INSTRUCTIONS TO FOLLOW → Somewhere below is a line with "#20=IFCLOCALPLACEMENT(#18,#4);" and, later, a line with "#34=IFCINDEXEDPOLYGONALFACE((9,11,15,13));"; repeat those two lines and all the lines between them, exactly as they are.

DATA SECTION →
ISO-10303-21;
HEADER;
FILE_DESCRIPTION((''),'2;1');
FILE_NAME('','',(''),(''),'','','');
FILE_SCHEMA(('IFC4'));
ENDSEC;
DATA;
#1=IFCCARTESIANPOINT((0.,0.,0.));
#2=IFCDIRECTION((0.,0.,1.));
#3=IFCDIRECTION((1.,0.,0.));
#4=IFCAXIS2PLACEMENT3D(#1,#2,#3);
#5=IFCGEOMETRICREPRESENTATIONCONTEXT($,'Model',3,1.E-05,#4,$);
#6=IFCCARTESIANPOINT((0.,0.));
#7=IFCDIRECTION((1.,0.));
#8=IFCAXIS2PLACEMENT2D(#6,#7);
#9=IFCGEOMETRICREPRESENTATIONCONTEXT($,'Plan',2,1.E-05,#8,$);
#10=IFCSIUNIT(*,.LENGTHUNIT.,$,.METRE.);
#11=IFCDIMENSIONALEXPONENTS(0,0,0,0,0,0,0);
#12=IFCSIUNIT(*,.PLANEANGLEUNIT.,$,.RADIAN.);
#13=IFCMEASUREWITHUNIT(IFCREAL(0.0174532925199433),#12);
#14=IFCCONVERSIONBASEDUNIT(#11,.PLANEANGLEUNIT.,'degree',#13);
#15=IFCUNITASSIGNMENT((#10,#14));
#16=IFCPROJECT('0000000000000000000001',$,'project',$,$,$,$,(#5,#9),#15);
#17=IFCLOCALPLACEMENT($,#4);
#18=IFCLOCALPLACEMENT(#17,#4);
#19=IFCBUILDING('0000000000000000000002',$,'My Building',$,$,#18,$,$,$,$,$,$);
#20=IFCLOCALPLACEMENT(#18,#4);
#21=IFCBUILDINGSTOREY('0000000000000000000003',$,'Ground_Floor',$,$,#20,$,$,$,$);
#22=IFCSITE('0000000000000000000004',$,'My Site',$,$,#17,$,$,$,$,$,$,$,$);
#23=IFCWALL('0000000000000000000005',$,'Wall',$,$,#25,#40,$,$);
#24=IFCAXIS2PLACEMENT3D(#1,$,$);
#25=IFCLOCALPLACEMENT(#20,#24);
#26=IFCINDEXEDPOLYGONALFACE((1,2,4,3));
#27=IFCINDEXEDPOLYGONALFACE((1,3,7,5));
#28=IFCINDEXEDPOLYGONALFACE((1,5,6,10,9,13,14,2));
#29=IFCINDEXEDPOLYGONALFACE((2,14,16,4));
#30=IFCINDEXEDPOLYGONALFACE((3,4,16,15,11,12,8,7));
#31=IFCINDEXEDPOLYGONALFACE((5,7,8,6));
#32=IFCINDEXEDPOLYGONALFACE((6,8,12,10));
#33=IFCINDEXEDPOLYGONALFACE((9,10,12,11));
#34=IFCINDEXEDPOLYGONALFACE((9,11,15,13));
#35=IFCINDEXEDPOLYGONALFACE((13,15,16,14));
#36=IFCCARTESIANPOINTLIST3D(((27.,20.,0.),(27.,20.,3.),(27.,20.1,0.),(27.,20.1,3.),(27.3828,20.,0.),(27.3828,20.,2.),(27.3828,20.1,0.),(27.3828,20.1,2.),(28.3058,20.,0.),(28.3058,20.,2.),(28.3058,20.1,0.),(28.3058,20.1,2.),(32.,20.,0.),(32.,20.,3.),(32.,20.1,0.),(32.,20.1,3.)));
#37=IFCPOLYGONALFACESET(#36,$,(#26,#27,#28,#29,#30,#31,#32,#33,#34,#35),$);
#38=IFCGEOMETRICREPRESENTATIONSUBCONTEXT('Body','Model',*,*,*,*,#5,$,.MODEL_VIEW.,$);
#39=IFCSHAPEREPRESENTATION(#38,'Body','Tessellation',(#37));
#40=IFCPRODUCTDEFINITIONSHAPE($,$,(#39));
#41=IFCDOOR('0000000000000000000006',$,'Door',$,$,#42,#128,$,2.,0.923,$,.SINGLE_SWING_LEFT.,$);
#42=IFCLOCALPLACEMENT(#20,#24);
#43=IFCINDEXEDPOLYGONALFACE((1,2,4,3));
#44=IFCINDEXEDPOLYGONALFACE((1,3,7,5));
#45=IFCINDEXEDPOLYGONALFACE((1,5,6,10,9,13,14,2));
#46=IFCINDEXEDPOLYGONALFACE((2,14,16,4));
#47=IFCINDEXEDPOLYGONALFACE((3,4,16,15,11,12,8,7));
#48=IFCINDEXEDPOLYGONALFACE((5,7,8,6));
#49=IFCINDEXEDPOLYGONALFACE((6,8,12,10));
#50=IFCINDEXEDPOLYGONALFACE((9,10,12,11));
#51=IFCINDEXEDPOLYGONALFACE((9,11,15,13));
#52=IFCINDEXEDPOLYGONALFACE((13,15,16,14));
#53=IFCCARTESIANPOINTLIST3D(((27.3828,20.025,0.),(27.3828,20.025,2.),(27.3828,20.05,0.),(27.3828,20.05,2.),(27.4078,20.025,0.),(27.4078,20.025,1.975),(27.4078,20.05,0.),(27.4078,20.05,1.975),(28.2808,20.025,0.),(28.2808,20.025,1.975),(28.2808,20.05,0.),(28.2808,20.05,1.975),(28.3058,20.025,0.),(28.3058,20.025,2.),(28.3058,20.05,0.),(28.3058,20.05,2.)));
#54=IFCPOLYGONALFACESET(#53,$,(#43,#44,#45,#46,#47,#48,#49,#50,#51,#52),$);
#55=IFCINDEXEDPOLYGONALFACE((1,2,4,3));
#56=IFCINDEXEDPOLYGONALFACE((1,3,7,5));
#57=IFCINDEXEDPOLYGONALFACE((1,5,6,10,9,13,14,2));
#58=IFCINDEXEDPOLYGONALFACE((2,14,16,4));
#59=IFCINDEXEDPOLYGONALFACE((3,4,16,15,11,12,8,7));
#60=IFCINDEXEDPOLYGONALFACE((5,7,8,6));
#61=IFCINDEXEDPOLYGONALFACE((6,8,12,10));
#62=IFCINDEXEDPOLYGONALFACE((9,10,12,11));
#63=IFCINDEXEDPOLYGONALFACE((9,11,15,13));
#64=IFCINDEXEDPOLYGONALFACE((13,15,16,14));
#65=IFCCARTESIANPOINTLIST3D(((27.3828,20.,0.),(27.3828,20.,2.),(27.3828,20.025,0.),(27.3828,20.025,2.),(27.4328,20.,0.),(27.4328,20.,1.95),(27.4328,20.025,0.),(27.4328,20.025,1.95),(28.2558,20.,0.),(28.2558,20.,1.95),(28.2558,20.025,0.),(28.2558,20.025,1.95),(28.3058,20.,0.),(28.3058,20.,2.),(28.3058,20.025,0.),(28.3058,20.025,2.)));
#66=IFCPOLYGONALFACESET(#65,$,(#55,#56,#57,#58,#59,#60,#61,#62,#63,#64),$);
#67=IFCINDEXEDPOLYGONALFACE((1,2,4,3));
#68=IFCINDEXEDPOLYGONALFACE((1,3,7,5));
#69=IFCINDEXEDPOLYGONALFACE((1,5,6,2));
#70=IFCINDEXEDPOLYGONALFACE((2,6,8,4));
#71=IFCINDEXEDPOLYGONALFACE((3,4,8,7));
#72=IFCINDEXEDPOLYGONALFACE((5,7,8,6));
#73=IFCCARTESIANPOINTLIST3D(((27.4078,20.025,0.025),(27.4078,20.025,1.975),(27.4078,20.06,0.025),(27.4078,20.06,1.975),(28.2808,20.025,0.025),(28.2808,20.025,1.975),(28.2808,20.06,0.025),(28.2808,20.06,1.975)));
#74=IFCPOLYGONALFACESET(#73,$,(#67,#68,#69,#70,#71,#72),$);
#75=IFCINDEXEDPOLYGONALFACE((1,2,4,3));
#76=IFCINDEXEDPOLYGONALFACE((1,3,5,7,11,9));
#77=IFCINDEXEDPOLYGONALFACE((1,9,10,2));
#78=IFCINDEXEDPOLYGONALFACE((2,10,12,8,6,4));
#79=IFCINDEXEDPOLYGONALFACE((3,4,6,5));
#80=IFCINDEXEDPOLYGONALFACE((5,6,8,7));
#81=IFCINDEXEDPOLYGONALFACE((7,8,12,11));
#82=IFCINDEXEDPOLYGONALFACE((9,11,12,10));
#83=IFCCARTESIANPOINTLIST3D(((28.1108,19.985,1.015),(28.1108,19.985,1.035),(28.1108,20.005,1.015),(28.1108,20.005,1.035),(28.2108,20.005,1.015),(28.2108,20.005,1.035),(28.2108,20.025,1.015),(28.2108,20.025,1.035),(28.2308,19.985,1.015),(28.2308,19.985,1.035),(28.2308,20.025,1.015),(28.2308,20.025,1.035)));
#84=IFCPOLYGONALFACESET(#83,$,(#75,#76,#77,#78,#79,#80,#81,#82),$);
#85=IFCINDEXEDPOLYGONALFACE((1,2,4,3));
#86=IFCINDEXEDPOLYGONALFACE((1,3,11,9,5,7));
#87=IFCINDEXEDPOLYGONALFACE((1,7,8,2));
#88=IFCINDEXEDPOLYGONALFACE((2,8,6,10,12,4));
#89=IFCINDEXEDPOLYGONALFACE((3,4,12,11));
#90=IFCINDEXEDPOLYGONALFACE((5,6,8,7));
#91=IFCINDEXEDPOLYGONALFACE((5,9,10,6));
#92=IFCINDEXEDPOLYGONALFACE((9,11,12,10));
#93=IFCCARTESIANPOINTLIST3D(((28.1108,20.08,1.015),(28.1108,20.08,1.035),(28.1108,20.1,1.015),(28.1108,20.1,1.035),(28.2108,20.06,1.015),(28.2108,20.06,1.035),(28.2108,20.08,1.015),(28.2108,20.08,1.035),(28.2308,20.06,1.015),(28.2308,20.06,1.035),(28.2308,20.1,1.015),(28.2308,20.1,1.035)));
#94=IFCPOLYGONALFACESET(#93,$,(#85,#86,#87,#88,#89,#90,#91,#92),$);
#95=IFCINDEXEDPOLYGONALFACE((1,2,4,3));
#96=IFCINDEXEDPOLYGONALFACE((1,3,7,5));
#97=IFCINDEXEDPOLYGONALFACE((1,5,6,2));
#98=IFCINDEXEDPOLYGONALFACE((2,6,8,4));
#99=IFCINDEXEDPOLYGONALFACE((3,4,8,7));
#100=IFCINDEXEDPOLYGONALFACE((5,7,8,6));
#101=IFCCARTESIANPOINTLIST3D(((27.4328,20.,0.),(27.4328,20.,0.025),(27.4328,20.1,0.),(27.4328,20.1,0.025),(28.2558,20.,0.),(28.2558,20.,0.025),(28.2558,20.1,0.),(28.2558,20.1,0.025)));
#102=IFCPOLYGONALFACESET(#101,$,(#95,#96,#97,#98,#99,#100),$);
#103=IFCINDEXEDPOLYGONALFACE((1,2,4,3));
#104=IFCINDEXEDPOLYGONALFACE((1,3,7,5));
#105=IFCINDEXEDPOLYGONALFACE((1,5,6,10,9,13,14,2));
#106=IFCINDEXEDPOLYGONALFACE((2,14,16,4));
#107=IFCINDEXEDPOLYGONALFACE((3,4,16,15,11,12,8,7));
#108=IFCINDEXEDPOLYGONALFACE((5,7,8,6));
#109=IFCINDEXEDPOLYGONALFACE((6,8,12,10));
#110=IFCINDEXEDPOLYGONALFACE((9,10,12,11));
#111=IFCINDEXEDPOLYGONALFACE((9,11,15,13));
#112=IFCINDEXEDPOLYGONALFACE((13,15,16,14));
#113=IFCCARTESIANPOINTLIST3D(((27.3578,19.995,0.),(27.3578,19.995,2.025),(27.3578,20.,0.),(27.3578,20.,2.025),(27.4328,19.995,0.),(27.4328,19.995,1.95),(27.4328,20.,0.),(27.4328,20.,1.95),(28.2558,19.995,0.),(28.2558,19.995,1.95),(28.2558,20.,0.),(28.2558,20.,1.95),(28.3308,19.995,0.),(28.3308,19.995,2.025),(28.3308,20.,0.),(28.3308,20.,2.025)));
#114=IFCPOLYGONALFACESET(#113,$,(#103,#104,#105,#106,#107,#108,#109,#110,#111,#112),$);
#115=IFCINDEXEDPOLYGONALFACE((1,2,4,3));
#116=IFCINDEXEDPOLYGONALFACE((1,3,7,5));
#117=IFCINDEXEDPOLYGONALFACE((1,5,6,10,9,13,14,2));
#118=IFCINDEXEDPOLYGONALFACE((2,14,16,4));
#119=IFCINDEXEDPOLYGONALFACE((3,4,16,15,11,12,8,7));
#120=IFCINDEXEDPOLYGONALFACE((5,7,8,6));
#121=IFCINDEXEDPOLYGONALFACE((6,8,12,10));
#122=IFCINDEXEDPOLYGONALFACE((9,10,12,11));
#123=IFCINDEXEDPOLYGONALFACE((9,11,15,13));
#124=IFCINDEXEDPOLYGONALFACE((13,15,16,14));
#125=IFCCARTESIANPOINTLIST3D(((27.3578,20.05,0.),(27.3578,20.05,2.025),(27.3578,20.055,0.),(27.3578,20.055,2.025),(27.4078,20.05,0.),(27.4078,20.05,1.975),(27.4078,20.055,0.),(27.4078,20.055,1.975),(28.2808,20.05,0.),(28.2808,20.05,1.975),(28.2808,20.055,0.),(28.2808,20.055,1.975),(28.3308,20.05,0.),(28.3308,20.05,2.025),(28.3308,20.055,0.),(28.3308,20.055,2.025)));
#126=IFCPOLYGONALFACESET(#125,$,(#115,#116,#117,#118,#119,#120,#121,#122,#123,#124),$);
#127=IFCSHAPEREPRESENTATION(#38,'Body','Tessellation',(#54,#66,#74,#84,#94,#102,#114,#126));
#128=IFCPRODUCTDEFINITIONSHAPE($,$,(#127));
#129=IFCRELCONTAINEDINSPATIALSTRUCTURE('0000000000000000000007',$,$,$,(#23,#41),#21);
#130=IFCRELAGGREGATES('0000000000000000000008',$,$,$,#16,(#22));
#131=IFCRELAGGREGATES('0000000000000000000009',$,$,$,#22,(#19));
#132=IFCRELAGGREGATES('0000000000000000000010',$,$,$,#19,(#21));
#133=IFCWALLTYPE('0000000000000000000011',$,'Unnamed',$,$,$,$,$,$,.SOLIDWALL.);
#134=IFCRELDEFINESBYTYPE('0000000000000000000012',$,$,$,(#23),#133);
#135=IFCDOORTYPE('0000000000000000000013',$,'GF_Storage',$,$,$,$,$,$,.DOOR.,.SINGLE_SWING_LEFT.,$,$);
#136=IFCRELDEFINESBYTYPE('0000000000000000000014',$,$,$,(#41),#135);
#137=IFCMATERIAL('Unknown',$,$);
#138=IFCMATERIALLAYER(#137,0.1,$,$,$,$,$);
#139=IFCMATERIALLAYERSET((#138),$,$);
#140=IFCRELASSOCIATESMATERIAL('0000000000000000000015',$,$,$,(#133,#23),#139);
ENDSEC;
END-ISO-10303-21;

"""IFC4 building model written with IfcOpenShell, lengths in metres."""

from ifc_helpers import new_model, entity, si_unit, converted_unit, frame, origin_with_axes, origin_2d_with_axis, place, context, subcontext, project, spatial, line, indexed_curve, outline, extrude, shape, source, transform, mapped, material, layer, layer_set, layer_usage, type_object, type_shapes, element, fill, save


model = new_model("IFC4")

# Units and contexts
model_context = context("Model", 3, precision=1e-05, world=origin_with_axes())
plan_context = context("Plan", 2, precision=1e-05, world=origin_2d_with_axis())
body_context_1 = subcontext(model_context, "Body", "Model", "MODEL_VIEW")
body_context_2 = subcontext(plan_context, "Body", "Plan", "PLAN_VIEW")
ifc_project = project(units=[si_unit("LENGTHUNIT", "METRE"), converted_unit("PLANEANGLEUNIT", "degree", entity("IfcReal", 0.0174532925199433), si_unit("PLANEANGLEUNIT", "RADIAN"), dimensions=[0, 0, 0, 0, 0, 0, 0])], contexts=[model_context, plan_context])

# Site, building, storey
site_placement = place(None, origin_with_axes())
site = spatial("IfcSite", under=ifc_project, at=site_placement, Name="My Site")
building_placement = place(site_placement, origin_with_axes())
building = spatial("IfcBuilding", under=site, at=building_placement, Name="My Building")
storey_placement = place(building_placement, origin_with_axes())
storey = spatial("IfcBuildingStorey", under=building, at=storey_placement, Name="Ground_Floor")

# Shared definitions
ifc_material = material(Name="Unknown")
ifc_layer = layer(ifc_material, 0.1)
ifc_layer_set = layer_set([ifc_layer])
wall_type = type_object("IfcWallType", Name="Unnamed", PredefinedType="SOLIDWALL", material=ifc_layer_set)

# Wall, opening, door
ifc_layer_usage_1 = layer_usage(ifc_layer_set, "AXIS2", "POSITIVE", 0.0)
wall_1_placement = place(storey_placement, frame((27.0, 20.0, 0.0), z_axis=(0.0, 0.0, 1.0), x_axis=(1.0, 0.0, 0.0)))
wall_1 = element("IfcWall", 1, at=wall_1_placement, inside=storey, type_object=wall_type, material=ifc_layer_usage_1, Name="Wall", context=body_context_1, shape_type="SweptSolid", body=[
    extrude(outline(indexed_curve([(0.0, 0.0), (0.0, 0.1), (5.0, 0.1), (5.0, 0.0)], segments=[line(1, 2, 3, 4, 1)])), origin_with_axes(), (0.0, 0.0, 1.0), 3.0),
])
shared_shape_1 = source(origin_with_axes(), body_context_1, "Body", "SweptSolid", [
    extrude(outline(indexed_curve([(0.0, 0.0), (0.923, 0.0), (0.923, 2.0), (0.0, 2.0)], segments=[line(1, 2, 3, 4, 1)])), frame((0.0, -0.6, 0.0), z_axis=(0.0, -1.0, 0.0), x_axis=(1.0, 0.0, 0.0)), (0.0, 0.0, -1.0), 1.2),
])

ANSWER TO THIS PROBLEM →
#20=IFCLOCALPLACEMENT(#18,#4);
#21=IFCBUILDINGSTOREY('0000000000000000000003',$,'Ground_Floor',$,$,#20,$,$,$,$);
#22=IFCSITE('0000000000000000000004',$,'My Site',$,$,#17,$,$,$,$,$,$,$,$);
#23=IFCWALL('0000000000000000000005',$,'Wall',$,$,#25,#40,$,$);
#24=IFCAXIS2PLACEMENT3D(#1,$,$);
#25=IFCLOCALPLACEMENT(#20,#24);
#26=IFCINDEXEDPOLYGONALFACE((1,2,4,3));
#27=IFCINDEXEDPOLYGONALFACE((1,3,7,5));
#28=IFCINDEXEDPOLYGONALFACE((1,5,6,10,9,13,14,2));
#29=IFCINDEXEDPOLYGONALFACE((2,14,16,4));
#30=IFCINDEXEDPOLYGONALFACE((3,4,16,15,11,12,8,7));
#31=IFCINDEXEDPOLYGONALFACE((5,7,8,6));
#32=IFCINDEXEDPOLYGONALFACE((6,8,12,10));
#33=IFCINDEXEDPOLYGONALFACE((9,10,12,11));
#34=IFCINDEXEDPOLYGONALFACE((9,11,15,13));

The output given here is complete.